**Exercise:**
Copy out each line below containing "IFCQUANTITYAREA".

**Saved entries:**
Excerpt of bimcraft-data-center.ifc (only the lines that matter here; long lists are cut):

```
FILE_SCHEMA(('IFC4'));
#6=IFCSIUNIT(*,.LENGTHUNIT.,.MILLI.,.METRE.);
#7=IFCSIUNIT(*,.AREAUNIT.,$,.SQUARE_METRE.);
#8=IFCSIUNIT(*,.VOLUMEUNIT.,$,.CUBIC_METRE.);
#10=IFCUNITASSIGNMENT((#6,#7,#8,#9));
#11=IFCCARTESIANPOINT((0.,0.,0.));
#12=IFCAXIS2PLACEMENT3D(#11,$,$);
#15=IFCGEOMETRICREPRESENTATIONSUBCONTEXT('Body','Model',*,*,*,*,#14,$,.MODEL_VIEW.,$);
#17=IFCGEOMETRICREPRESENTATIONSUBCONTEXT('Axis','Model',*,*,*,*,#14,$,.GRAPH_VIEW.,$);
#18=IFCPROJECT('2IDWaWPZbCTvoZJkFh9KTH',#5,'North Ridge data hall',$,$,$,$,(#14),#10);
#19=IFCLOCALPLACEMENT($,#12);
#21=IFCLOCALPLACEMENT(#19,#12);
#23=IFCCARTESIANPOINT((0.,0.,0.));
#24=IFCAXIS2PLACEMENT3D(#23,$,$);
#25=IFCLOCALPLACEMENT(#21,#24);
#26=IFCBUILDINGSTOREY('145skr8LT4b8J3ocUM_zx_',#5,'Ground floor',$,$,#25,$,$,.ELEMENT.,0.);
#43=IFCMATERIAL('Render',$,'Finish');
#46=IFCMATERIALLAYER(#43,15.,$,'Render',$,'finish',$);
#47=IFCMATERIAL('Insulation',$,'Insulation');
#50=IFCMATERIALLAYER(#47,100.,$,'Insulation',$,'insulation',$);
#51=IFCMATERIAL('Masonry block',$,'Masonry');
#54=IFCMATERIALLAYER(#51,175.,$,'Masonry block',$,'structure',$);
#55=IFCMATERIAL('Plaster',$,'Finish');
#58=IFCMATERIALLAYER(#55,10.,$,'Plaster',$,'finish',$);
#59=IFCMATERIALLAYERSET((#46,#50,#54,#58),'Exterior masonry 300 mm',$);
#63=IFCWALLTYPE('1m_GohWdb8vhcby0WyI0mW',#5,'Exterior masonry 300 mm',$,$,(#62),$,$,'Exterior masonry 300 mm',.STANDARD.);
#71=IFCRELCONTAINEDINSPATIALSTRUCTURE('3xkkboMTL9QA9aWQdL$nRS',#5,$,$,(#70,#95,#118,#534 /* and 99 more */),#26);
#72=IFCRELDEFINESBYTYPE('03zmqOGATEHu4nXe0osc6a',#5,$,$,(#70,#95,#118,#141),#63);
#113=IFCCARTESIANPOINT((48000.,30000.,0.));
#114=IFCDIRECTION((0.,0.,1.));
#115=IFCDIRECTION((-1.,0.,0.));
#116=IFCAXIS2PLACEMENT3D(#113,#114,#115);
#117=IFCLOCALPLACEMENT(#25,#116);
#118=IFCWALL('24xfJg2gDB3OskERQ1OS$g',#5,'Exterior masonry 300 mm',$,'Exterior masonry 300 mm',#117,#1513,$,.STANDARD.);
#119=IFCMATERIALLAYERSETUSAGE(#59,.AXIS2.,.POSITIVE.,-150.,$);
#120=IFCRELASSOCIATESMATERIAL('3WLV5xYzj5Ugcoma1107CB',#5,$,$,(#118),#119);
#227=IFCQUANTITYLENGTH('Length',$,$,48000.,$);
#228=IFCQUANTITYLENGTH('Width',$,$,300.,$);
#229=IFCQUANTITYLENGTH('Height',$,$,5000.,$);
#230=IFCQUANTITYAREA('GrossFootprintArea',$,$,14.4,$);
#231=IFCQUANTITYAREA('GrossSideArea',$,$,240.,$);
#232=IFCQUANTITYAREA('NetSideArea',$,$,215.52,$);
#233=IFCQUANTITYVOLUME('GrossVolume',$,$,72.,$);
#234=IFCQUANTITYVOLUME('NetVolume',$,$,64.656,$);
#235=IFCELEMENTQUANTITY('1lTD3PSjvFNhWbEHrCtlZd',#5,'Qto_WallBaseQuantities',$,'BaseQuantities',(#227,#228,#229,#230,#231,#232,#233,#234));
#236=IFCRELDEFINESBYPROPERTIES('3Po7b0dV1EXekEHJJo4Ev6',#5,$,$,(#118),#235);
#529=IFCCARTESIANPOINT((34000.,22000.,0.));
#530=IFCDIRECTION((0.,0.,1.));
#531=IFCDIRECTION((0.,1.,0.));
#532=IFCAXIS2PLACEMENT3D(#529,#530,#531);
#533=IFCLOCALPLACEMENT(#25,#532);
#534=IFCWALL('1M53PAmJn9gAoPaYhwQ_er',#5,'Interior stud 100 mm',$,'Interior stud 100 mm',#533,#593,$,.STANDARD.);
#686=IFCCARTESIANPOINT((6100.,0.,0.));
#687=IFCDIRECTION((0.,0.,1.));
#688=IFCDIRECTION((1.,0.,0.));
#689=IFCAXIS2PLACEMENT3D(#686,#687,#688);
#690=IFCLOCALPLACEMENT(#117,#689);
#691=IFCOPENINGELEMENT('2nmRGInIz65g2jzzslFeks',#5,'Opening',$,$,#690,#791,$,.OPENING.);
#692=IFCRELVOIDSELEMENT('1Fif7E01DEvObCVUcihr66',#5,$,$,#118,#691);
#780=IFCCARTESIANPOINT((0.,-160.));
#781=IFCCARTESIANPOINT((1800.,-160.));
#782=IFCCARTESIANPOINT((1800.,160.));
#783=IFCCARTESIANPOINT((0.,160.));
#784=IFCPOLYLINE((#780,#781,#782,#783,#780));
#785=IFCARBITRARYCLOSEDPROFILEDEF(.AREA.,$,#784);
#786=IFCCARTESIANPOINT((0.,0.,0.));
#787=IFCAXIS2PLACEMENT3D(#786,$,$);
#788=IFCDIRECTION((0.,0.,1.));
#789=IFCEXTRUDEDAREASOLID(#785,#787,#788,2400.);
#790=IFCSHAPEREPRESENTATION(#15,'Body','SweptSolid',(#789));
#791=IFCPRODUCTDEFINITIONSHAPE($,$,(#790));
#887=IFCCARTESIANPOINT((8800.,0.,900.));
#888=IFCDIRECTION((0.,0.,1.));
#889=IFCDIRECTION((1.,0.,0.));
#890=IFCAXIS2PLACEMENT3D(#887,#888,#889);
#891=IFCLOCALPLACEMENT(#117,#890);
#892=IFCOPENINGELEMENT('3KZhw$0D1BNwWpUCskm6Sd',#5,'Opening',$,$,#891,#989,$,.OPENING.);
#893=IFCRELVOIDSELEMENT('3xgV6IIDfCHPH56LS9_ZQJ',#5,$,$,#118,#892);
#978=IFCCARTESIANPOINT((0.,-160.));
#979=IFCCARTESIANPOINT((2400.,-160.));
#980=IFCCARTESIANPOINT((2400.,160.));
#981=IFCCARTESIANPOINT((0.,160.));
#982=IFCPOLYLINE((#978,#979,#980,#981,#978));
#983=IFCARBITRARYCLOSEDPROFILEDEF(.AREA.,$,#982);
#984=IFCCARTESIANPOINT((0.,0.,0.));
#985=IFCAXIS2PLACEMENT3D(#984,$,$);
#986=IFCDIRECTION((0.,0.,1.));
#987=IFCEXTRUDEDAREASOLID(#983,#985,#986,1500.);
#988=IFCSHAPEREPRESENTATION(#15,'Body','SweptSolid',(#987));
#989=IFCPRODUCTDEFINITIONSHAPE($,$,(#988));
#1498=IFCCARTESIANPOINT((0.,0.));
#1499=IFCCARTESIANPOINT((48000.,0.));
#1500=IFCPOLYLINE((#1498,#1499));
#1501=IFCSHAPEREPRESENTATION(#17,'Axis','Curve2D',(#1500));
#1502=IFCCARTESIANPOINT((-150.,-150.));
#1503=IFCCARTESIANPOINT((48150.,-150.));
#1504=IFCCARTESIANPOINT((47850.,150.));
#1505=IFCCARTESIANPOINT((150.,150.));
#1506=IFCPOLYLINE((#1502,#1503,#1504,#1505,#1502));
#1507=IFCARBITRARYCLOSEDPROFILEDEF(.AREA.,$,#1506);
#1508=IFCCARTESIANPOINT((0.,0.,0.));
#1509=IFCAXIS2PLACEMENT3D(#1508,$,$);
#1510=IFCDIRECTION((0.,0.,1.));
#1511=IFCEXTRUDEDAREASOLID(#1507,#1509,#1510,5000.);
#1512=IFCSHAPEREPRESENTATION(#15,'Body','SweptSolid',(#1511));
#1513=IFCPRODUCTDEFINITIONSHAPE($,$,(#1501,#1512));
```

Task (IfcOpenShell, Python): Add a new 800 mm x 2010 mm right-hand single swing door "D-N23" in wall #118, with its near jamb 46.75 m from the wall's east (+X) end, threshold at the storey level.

```python
import numpy as np
import ifcopenshell
import ifcopenshell.api.feature
import ifcopenshell.api.geometry
import ifcopenshell.api.pset
import ifcopenshell.api.root
import ifcopenshell.api.spatial
import ifcopenshell.geom
import ifcopenshell.util.element
import ifcopenshell.util.placement
import ifcopenshell.util.representation
import ifcopenshell.util.shape
import ifcopenshell.util.unit

model = ifcopenshell.open("bimcraft-data-center.ifc")
unit_scale = ifcopenshell.util.unit.calculate_unit_scale(model)
area_scale = ifcopenshell.util.unit.calculate_unit_scale(model, "AREAUNIT")
volume_scale = ifcopenshell.util.unit.calculate_unit_scale(model, "VOLUMEUNIT")
settings = ifcopenshell.geom.settings()


def volume(element):
    """Net volume in cubic metres, openings subtracted."""
    shape = ifcopenshell.geom.create_shape(settings, element)
    return ifcopenshell.util.shape.get_volume(shape.geometry)


wall = model.by_id(118)
storey = ifcopenshell.util.element.get_container(wall, ifc_class="IfcBuildingStorey")
context = ifcopenshell.util.representation.get_context(model, "Model", "Body", "MODEL_VIEW")
before = volume(wall)

width, height, from_end, sill = 0.8, 2.01, 46.75, 0.0  # metres

# The wall runs along its own X axis, and the end named is its -X end.
wall_shape = ifcopenshell.geom.create_shape(settings, wall)
x, y, z = ifcopenshell.util.shape.get_vertices(wall_shape.geometry).T
start = x.min() + from_end
face, thickness = float(y.min()), float(y.max() - y.min())
wall_matrix = ifcopenshell.util.placement.get_local_placement(wall.ObjectPlacement)
level = ifcopenshell.util.placement.get_local_placement(storey.ObjectPlacement)[2, 3]


def in_wall(x, y):
    """Placement at x, y metres in the wall's axes, at sill height."""
    matrix = wall_matrix.copy()
    matrix[:, 3] = wall_matrix @ np.array([x / unit_scale, y / unit_scale, 0.0, 1.0])
    matrix[2, 3] = level + sill / unit_scale
    return matrix


# Opening: a box that overshoots both wall faces by 50 mm.
opening = ifcopenshell.api.root.create_entity(model, ifc_class="IfcOpeningElement", predefined_type="OPENING")
box = ifcopenshell.api.geometry.add_wall_representation(
    model, context=context, length=width, height=height, thickness=thickness + 0.1
)
ifcopenshell.api.geometry.assign_representation(model, product=opening, representation=box)
ifcopenshell.api.geometry.edit_object_placement(model, product=opening, matrix=in_wall(start, face - 0.05), is_si=False)
ifcopenshell.api.feature.add_feature(model, feature=opening, element=wall)

door = ifcopenshell.api.root.create_entity(model, ifc_class="IfcDoor", name="D-N23", predefined_type="DOOR")
door.OverallWidth, door.OverallHeight = width / unit_scale, height / unit_scale
door.OperationType = "SINGLE_SWING_RIGHT"
body = ifcopenshell.api.geometry.add_door_representation(
    model,
    context=context,
    overall_width=door.OverallWidth,
    overall_height=door.OverallHeight,
    operation_type="SINGLE_SWING_RIGHT",
    lining_properties={"LiningDepth": thickness / unit_scale, "ThresholdDepth": thickness / unit_scale},
)
ifcopenshell.api.geometry.assign_representation(model, product=door, representation=body)
ifcopenshell.api.spatial.assign_container(model, products=[door], relating_structure=storey)
ifcopenshell.api.feature.add_filling(model, opening=opening, element=door)

# The lining spans the wall, so the door starts at the wall face.
ifcopenshell.api.geometry.edit_object_placement(model, product=door, matrix=in_wall(start, face), is_si=False)

after = volume(wall)

# Update the wall's stored quantities.
qto = model.by_id(ifcopenshell.util.element.get_pset(wall, "Qto_WallBaseQuantities", should_inherit=False)["id"])
ifcopenshell.api.pset.edit_qto(model, qto=qto, properties={
    "NetSideArea": after / thickness / area_scale,
    "NetVolume": after / volume_scale,
})

print(f"wall volume {before:.3f} -> {after:.3f} m3")

model.write("bimcraft-data-center_updated.ifc")
```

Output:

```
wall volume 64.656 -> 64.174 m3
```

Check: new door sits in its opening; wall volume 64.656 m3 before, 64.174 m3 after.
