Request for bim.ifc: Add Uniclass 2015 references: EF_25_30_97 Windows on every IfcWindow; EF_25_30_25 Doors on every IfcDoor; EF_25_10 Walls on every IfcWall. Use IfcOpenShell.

First a look at what the model holds.

```python
import ifcopenshell

model = ifcopenshell.open("bim.ifc")
print(model.schema)
print("classifications:", [c.Name for c in model.by_type("IfcClassification")])
for ifc_class in ("IfcDoor", "IfcRoof", "IfcStair", "IfcWall", "IfcWindow"):
    print(ifc_class, len(model.by_type(ifc_class)))
```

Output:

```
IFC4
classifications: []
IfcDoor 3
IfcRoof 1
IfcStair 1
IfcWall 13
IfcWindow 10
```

```python
import ifcopenshell
import ifcopenshell.api.classification

model = ifcopenshell.open("bim.ifc")

system = ifcopenshell.api.classification.add_classification(model, classification="Uniclass 2015")

codes = {
    "IfcWindow": ("EF_25_30_97", "Windows"),
    "IfcDoor": ("EF_25_30_25", "Doors"),
    "IfcWall": ("EF_25_10", "Walls"),
}
for ifc_class, (code, name) in codes.items():
    products = model.by_type(ifc_class)
    ifcopenshell.api.classification.add_reference(
        model, products=products, classification=system, identification=code, name=name
    )
    print(code, len(products))

model.write("bim_rev.ifc")
```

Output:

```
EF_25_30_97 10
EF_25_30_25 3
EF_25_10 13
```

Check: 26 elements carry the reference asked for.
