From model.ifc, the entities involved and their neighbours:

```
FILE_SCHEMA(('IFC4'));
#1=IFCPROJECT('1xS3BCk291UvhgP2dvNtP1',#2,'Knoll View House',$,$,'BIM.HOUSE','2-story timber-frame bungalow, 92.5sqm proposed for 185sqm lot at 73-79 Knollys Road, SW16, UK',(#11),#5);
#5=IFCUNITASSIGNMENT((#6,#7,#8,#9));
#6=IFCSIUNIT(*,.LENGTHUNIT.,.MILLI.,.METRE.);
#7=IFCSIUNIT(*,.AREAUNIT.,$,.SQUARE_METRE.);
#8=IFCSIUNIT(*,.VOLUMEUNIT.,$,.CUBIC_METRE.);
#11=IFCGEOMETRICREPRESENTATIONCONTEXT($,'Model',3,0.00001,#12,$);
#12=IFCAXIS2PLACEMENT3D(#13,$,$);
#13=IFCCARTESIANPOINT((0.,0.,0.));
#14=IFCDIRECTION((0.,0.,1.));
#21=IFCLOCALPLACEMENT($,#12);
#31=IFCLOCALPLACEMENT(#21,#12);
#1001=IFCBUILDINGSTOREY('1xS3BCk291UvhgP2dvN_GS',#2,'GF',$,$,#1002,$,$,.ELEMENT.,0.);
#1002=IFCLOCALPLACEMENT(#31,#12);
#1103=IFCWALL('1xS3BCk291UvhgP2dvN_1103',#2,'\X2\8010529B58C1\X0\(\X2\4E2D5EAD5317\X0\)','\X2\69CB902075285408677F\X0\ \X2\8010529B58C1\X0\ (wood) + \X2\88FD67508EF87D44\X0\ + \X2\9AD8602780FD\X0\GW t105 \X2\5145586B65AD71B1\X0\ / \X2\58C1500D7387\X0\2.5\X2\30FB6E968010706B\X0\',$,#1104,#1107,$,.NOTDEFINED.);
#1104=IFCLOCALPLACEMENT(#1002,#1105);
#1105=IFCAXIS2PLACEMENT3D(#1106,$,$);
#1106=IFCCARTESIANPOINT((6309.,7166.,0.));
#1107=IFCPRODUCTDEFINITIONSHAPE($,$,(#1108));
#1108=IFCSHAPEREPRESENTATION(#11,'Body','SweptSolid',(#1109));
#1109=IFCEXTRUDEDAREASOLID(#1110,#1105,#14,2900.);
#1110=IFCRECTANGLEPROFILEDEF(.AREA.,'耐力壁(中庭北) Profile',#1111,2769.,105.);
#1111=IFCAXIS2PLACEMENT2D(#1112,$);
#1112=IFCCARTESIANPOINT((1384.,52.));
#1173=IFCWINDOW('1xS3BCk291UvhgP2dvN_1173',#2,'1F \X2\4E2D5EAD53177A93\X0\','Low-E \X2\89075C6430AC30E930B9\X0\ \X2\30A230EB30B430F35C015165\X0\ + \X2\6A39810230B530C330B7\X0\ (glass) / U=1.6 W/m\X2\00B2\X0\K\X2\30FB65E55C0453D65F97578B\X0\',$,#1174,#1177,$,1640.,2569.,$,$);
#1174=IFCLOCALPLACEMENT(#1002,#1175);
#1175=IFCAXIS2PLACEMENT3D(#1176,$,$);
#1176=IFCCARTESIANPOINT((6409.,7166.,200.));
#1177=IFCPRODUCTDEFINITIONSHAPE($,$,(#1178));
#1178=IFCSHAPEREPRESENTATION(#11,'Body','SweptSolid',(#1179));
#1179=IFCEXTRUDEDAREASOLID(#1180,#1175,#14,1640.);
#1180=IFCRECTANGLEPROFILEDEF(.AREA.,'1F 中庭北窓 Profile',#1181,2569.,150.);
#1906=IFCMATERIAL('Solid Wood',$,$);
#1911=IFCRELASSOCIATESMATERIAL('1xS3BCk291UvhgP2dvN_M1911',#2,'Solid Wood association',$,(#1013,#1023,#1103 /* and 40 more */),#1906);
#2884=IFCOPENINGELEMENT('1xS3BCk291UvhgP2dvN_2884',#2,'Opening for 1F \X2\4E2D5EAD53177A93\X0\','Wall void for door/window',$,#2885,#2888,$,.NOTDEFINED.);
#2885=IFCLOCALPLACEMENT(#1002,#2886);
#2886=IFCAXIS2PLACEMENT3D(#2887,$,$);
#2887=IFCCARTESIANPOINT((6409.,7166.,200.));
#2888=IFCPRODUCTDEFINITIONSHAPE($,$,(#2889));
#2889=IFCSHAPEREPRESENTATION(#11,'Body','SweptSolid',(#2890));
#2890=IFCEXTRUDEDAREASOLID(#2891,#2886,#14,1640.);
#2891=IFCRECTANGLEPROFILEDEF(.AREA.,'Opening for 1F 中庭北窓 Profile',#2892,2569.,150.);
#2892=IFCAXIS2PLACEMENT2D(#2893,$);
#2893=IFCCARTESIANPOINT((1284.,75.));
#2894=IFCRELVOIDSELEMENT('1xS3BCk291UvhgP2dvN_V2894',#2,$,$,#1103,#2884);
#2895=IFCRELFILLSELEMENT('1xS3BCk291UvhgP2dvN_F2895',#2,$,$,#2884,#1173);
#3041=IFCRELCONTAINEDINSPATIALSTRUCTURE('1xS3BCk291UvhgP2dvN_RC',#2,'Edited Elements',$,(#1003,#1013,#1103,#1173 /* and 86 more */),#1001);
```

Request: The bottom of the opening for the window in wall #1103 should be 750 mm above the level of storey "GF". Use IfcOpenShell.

```python
import numpy as np
import ifcopenshell
import ifcopenshell.api.geometry
import ifcopenshell.geom
import ifcopenshell.util.element
import ifcopenshell.util.placement
import ifcopenshell.util.shape
import ifcopenshell.util.unit

model = ifcopenshell.open("model.ifc")
unit_scale = ifcopenshell.util.unit.calculate_unit_scale(model)

window = model.by_id(1173)
opening = window.FillsVoids[0].RelatingOpeningElement
storey = ifcopenshell.util.element.get_container(window, ifc_class="IfcBuildingStorey")
level = ifcopenshell.util.placement.get_local_placement(storey.ObjectPlacement)[2, 3]

# The opening's origin need not be at the sill, so measure its lowest point.
shape = ifcopenshell.geom.create_shape(ifcopenshell.geom.settings(), opening)
bottom = ifcopenshell.util.shape.get_shape_bottom_elevation(shape, shape.geometry) / unit_scale
dz = level + 750.0 - bottom

shift = np.array([0.0, 0.0, dz])
# The window is not placed relative to its opening, so move both.
for product in (opening, window):
    matrix = ifcopenshell.util.placement.get_local_placement(product.ObjectPlacement)
    matrix[:3, 3] += shift
    ifcopenshell.api.geometry.edit_object_placement(model, product=product, matrix=matrix, is_si=False)

print(f"moved by {dz * unit_scale:+.3f} m")

model.write("model_edited.ifc")
```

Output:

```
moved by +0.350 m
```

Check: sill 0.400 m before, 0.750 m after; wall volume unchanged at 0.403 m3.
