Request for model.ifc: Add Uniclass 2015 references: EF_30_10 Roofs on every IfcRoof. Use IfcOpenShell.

First a look at what the model holds.

```python
import ifcopenshell

model = ifcopenshell.open("model.ifc")
print(model.schema)
print("classifications:", [c.Name for c in model.by_type("IfcClassification")])
for ifc_class in ("IfcDoor", "IfcRoof", "IfcStair", "IfcWall", "IfcWindow"):
    print(ifc_class, len(model.by_type(ifc_class)))
```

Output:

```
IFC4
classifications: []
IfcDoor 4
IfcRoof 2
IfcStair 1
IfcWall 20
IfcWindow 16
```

```python
import ifcopenshell
import ifcopenshell.api.classification

model = ifcopenshell.open("model.ifc")

system = ifcopenshell.api.classification.add_classification(model, classification="Uniclass 2015")

codes = {
    "IfcRoof": ("EF_30_10", "Roofs"),
}
for ifc_class, (code, name) in codes.items():
    products = model.by_type(ifc_class)
    ifcopenshell.api.classification.add_reference(
        model, products=products, classification=system, identification=code, name=name
    )
    print(code, len(products))

model.write("model_rev.ifc")
```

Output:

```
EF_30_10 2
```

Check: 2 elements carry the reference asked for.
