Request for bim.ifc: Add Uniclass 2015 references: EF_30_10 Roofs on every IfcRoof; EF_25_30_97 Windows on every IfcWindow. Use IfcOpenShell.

First a look at what the model holds.

```python
import ifcopenshell

model = ifcopenshell.open("bim.ifc")
print(model.schema)
print("classifications:", [c.Name for c in model.by_type("IfcClassification")])
for ifc_class in ("IfcDoor", "IfcRoof", "IfcStair", "IfcWall", "IfcWindow"):
    print(ifc_class, len(model.by_type(ifc_class)))
```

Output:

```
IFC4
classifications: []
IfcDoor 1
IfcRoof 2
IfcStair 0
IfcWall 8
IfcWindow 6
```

```python
import ifcopenshell
import ifcopenshell.api.classification

model = ifcopenshell.open("bim.ifc")

system = ifcopenshell.api.classification.add_classification(model, classification="Uniclass 2015")

codes = {
    "IfcRoof": ("EF_30_10", "Roofs"),
    "IfcWindow": ("EF_25_30_97", "Windows"),
}
for ifc_class, (code, name) in codes.items():
    products = model.by_type(ifc_class)
    ifcopenshell.api.classification.add_reference(
        model, products=products, classification=system, identification=code, name=name
    )
    print(code, len(products))

model.write("bim_rev.ifc")
```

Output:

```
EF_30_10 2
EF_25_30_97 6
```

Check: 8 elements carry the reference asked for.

**Solved exercise:**
#230=IFCQUANTITYAREA('GrossFootprintArea',$,$,14.4,$);
#231=IFCQUANTITYAREA('GrossSideArea',$,$,240.,$);
#232=IFCQUANTITYAREA('NetSideArea',$,$,215.52,$);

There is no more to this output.